[EXTRACTED MATERIAL]

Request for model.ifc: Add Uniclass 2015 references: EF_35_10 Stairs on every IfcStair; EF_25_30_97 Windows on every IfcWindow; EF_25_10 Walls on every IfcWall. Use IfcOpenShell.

First a look at what the model holds.

```python
import ifcopenshell

model = ifcopenshell.open("model.ifc")
print(model.schema)
print("classifications:", [c.Name for c in model.by_type("IfcClassification")])
for ifc_class in ("IfcDoor", "IfcRoof", "IfcStair", "IfcWall", "IfcWindow"):
    print(ifc_class, len(model.by_type(ifc_class)))
```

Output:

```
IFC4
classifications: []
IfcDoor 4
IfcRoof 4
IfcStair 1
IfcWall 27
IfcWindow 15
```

```python
import ifcopenshell
import ifcopenshell.api.classification

model = ifcopenshell.open("model.ifc")

system = ifcopenshell.api.classification.add_classification(model, classification="Uniclass 2015")

codes = {
    "IfcStair": ("EF_35_10", "Stairs"),
    "IfcWindow": ("EF_25_30_97", "Windows"),
    "IfcWall": ("EF_25_10", "Walls"),
}
for ifc_class, (code, name) in codes.items():
    products = model.by_type(ifc_class)
    ifcopenshell.api.classification.add_reference(
        model, products=products, classification=system, identification=code, name=name
    )
    print(code, len(products))

model.write("model_rev.ifc")
```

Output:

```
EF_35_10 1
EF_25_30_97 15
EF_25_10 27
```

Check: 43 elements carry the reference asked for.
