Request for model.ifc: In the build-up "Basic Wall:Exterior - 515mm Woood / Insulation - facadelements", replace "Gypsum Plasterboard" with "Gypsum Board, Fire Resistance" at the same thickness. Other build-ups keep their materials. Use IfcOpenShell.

First a look at what the model holds.

```python
import ifcopenshell
import ifcopenshell.util.element

model = ifcopenshell.open("model.ifc")
print(model.schema)
for layer_set in model.by_type("IfcMaterialLayerSet"):
    if layer_set.LayerSetName == "Basic Wall:Exterior - 515mm Woood / Insulation - facadelements":
        for layer in layer_set.MaterialLayers:
            print(layer.id(), layer.Material and layer.Material.Name, layer.LayerThickness, sep=" | ")
        print(len(ifcopenshell.util.element.get_elements_by_material(model, layer_set)), "elements and types use it")
print(sorted(m.Name for m in model.by_type("IfcMaterial") if m.Name)[:60])
```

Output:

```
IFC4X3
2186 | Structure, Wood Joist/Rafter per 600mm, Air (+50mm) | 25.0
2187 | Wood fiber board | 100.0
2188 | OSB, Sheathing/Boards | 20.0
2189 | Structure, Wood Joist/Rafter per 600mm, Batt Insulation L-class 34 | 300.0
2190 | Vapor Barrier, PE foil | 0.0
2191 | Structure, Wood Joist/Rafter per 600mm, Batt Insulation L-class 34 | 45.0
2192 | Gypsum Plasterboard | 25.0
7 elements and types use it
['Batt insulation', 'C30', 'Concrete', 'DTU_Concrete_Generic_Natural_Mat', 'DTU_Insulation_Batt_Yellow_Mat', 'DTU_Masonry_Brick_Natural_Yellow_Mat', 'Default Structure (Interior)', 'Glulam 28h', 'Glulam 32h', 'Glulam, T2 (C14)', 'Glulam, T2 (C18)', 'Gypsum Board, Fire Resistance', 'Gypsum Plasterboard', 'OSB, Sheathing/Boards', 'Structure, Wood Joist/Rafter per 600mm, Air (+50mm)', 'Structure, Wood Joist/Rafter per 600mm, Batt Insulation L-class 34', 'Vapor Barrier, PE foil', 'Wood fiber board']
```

```python
import ifcopenshell
import ifcopenshell.api.material

model = ifcopenshell.open("model.ifc")

layer_set = next(s for s in model.by_type("IfcMaterialLayerSet") if s.LayerSetName == "Basic Wall:Exterior - 515mm Woood / Insulation - facadelements")
layer = next(l for l in layer_set.MaterialLayers if l.Material and l.Material.Name == "Gypsum Plasterboard")
material = next(m for m in model.by_type("IfcMaterial") if m.Name == "Gypsum Board, Fire Resistance")

# Point this one layer at the other material; renaming the old one would change it everywhere.
ifcopenshell.api.material.edit_layer(model, layer=layer, attributes={"Name": material.Name}, material=material)

print([l.Material.Name if l.Material else None for l in layer_set.MaterialLayers])

model.write("model_v2.ifc")
```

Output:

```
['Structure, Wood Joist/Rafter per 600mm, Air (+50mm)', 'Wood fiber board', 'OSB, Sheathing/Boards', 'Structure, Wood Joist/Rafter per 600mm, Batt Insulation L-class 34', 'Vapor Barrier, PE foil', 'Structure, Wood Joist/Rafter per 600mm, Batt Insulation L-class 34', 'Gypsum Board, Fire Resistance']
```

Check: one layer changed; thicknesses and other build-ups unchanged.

[/EXTRACTED MATERIAL]

**WORK TO COMPLETE**.
Find the word "Barrier" in the material, then list each line that holds it.

**TASK RESPONSE**.
2190 | Vapor Barrier, PE foil | 0.0
['Batt insulation', 'C30', 'Concrete', 'DTU_Concrete_Generic_Natural_Mat', 'DTU_Insulation_Batt_Yellow_Mat', 'DTU_Masonry_Brick_Natural_Yellow_Mat', 'Default Structure (Interior)', 'Glulam 28h', 'Glulam 32h', 'Glulam, T2 (C14)', 'Glulam, T2 (C18)', 'Gypsum Board, Fire Resistance', 'Gypsum Plasterboard', 'OSB, Sheathing/Boards', 'Structure, Wood Joist/Rafter per 600mm, Air (+50mm)', 'Structure, Wood Joist/Rafter per 600mm, Batt Insulation L-class 34', 'Vapor Barrier, PE foil', 'Wood fiber board']
['Structure, Wood Joist/Rafter per 600mm, Air (+50mm)', 'Wood fiber board', 'OSB, Sheathing/Boards', 'Structure, Wood Joist/Rafter per 600mm, Batt Insulation L-class 34', 'Vapor Barrier, PE foil', 'Structure, Wood Joist/Rafter per 600mm, Batt Insulation L-class 34', 'Gypsum Board, Fire Resistance']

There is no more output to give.